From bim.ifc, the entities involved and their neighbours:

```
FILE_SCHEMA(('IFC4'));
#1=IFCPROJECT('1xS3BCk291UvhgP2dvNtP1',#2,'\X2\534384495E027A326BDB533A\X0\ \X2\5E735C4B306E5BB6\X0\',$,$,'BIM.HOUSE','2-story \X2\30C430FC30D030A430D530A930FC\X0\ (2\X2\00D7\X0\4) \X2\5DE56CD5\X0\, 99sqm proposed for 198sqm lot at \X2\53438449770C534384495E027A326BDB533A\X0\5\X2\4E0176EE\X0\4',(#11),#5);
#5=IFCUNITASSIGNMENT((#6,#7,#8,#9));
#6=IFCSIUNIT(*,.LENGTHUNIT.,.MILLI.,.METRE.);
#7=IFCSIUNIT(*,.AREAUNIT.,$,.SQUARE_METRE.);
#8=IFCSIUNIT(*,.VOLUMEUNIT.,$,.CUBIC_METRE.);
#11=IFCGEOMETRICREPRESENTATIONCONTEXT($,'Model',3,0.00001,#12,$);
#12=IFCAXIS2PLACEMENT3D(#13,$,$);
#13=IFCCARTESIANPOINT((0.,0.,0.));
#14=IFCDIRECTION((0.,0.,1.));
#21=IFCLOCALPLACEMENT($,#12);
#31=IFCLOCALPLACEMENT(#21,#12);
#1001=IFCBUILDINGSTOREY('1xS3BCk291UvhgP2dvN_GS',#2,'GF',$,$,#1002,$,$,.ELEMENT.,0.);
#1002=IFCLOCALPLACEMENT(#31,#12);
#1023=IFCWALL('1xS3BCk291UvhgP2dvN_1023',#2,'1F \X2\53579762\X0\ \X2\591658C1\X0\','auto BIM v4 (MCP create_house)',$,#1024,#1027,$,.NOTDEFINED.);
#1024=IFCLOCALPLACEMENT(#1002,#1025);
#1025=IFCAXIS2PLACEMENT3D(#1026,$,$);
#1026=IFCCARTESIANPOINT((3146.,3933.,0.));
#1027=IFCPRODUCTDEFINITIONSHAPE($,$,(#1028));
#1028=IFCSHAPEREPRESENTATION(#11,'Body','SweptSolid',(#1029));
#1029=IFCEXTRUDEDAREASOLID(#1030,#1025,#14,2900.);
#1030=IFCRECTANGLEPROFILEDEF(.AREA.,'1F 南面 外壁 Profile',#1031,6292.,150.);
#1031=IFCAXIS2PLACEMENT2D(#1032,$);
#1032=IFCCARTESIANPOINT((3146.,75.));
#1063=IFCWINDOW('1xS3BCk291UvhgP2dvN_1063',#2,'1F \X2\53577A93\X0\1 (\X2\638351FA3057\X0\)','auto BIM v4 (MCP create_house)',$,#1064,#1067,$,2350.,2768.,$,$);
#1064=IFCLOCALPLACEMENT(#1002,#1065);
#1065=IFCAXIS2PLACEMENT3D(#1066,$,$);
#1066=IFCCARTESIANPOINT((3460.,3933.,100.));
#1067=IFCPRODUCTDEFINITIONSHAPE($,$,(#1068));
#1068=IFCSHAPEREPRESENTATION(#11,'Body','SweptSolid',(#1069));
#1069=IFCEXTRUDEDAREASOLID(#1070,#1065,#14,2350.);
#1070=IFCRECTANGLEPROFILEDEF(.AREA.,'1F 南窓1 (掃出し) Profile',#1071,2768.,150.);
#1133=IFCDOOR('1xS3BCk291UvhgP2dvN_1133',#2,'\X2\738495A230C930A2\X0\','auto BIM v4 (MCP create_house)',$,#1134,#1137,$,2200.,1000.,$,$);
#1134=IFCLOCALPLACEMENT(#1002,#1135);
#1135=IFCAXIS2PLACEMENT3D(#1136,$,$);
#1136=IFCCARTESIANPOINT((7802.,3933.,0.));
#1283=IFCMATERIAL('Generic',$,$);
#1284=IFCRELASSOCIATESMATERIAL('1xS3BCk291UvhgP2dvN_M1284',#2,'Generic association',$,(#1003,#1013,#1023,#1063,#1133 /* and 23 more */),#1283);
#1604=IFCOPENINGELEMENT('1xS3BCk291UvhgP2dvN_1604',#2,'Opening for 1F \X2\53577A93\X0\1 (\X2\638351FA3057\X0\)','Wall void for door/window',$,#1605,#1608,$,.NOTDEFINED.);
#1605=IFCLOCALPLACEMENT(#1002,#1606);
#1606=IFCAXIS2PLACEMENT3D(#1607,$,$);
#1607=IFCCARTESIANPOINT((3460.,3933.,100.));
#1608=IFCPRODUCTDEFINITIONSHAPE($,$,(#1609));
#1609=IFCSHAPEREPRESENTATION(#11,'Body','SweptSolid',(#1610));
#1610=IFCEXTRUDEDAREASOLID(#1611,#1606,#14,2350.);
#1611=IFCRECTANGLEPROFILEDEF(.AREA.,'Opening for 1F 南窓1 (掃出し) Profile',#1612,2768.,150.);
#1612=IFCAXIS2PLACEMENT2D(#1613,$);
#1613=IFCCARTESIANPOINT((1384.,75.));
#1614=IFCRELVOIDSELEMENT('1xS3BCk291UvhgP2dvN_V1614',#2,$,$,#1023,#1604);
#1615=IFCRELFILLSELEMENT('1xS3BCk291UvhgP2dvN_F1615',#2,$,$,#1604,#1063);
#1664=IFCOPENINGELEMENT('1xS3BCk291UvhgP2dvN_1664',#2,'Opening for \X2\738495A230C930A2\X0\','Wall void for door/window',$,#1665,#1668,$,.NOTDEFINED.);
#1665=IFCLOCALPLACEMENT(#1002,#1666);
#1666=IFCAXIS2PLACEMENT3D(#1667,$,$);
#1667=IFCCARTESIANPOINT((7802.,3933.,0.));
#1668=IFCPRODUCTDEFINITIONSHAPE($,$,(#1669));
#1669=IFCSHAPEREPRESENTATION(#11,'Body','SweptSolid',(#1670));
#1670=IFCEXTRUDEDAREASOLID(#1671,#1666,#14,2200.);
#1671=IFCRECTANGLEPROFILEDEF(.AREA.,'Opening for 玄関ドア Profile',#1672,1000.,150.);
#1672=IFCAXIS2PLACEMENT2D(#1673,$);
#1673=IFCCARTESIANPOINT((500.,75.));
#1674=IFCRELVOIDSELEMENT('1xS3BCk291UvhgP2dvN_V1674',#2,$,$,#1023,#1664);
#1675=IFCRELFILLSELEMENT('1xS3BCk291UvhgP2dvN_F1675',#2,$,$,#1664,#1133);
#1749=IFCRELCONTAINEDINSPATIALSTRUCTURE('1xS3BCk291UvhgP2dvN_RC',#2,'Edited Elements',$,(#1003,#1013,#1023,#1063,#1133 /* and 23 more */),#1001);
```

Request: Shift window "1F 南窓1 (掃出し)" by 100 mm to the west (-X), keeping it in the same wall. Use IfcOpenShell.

```python
import ifcopenshell
import ifcopenshell.api.geometry
import ifcopenshell.util.placement
import ifcopenshell.util.unit

model = ifcopenshell.open("bim.ifc")
unit_scale = ifcopenshell.util.unit.calculate_unit_scale(model)

window = model.by_guid("1xS3BCk291UvhgP2dvN_1063")
opening = window.FillsVoids[0].RelatingOpeningElement
wall = opening.VoidsElements[0].RelatingBuildingElement

wall_matrix = ifcopenshell.util.placement.get_local_placement(wall.ObjectPlacement)
shift = wall_matrix[:3, 0] * -0.1 / unit_scale
before = ifcopenshell.util.placement.get_local_placement(window.ObjectPlacement)[:3, 3].copy()

# The window is not placed relative to its opening, so move both.
for product in (opening, window):
    matrix = ifcopenshell.util.placement.get_local_placement(product.ObjectPlacement)
    matrix[:3, 3] += shift
    ifcopenshell.api.geometry.edit_object_placement(model, product=product, matrix=matrix, is_si=False)

after = ifcopenshell.util.placement.get_local_placement(window.ObjectPlacement)[:3, 3]
print("window moved by", (after - before).round(3) + 0.0)

model.write("bim_rev.ifc")
```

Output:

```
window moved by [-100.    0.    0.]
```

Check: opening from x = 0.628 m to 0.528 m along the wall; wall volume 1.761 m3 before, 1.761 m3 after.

━━━

**What is expected**. Return the lines above that include the string "more".

**Written solution**.
#1284=IFCRELASSOCIATESMATERIAL('1xS3BCk291UvhgP2dvN_M1284',#2,'Generic association',$,(#1003,#1013,#1023,#1063,#1133 /* and 23 more */),#1283);
#1749=IFCRELCONTAINEDINSPATIALSTRUCTURE('1xS3BCk291UvhgP2dvN_RC',#2,'Edited Elements',$,(#1003,#1013,#1023,#1063,#1133 /* and 23 more */),#1001);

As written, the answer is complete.